WHAT THIS TASK INVOLVES » The records that follow must be transcribed exactly, each one in full.

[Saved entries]
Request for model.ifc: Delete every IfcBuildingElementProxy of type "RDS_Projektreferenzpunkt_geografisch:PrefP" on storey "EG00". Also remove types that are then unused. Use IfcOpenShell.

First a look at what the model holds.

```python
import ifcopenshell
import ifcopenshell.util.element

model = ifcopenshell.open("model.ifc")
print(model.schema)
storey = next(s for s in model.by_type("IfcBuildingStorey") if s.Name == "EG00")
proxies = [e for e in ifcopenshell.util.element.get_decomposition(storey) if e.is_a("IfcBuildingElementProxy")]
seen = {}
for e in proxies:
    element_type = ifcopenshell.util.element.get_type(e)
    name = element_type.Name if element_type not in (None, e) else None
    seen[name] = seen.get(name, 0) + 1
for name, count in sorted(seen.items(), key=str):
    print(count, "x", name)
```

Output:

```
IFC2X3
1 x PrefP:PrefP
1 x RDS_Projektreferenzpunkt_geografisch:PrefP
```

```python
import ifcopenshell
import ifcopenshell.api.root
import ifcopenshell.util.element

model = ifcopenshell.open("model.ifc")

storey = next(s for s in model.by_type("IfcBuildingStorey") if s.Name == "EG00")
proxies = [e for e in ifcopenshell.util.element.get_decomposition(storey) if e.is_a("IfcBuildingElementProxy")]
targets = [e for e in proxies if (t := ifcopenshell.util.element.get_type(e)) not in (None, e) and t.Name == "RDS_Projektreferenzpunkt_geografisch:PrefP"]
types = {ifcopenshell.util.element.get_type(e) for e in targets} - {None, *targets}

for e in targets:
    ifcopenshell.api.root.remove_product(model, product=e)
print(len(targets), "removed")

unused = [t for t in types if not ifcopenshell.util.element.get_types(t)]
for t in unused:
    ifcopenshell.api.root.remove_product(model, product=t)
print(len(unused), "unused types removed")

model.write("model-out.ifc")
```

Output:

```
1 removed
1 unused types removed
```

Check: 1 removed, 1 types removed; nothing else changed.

RESPONSE FOR THIS EXERCISE »
Request for model.ifc: Delete every IfcBuildingElementProxy of type "RDS_Projektreferenzpunkt_geografisch:PrefP" on storey "EG00". Also remove types that are then unused. Use IfcOpenShell.

First a look at what the model holds.

```python
import ifcopenshell
import ifcopenshell.util.element

model = ifcopenshell.open("model.ifc")
print(model.schema)
storey = next(s for s in model.by_type("IfcBuildingStorey") if s.Name == "EG00")
proxies = [e for e in ifcopenshell.util.element.get_decomposition(storey) if e.is_a("IfcBuildingElementProxy")]
seen = {}
for e in proxies:
    element_type = ifcopenshell.util.element.get_type(e)
    name = element_type.Name if element_type not in (None, e) else None
    seen[name] = seen.get(name, 0) + 1
for name, count in sorted(seen.items(), key=str):
    print(count, "x", name)
```

Output:

```
IFC2X3
1 x PrefP:PrefP
1 x RDS_Projektreferenzpunkt_geografisch:PrefP
```

```python
import ifcopenshell
import ifcopenshell.api.root
import ifcopenshell.util.element

model = ifcopenshell.open("model.ifc")

storey = next(s for s in model.by_type("IfcBuildingStorey") if s.Name == "EG00")
proxies = [e for e in ifcopenshell.util.element.get_decomposition(storey) if e.is_a("IfcBuildingElementProxy")]
targets = [e for e in proxies if (t := ifcopenshell.util.element.get_type(e)) not in (None, e) and t.Name == "RDS_Projektreferenzpunkt_geografisch:PrefP"]
types = {ifcopenshell.util.element.get_type(e) for e in targets} - {None, *targets}

for e in targets:
    ifcopenshell.api.root.remove_product(model, product=e)
print(len(targets), "removed")

unused = [t for t in types if not ifcopenshell.util.element.get_types(t)]
for t in unused:
    ifcopenshell.api.root.remove_product(model, product=t)
print(len(unused), "unused types removed")

model.write("model-out.ifc")
```

Output:

```
1 removed
1 unused types removed
```

Check: 1 removed, 1 types removed; nothing else changed.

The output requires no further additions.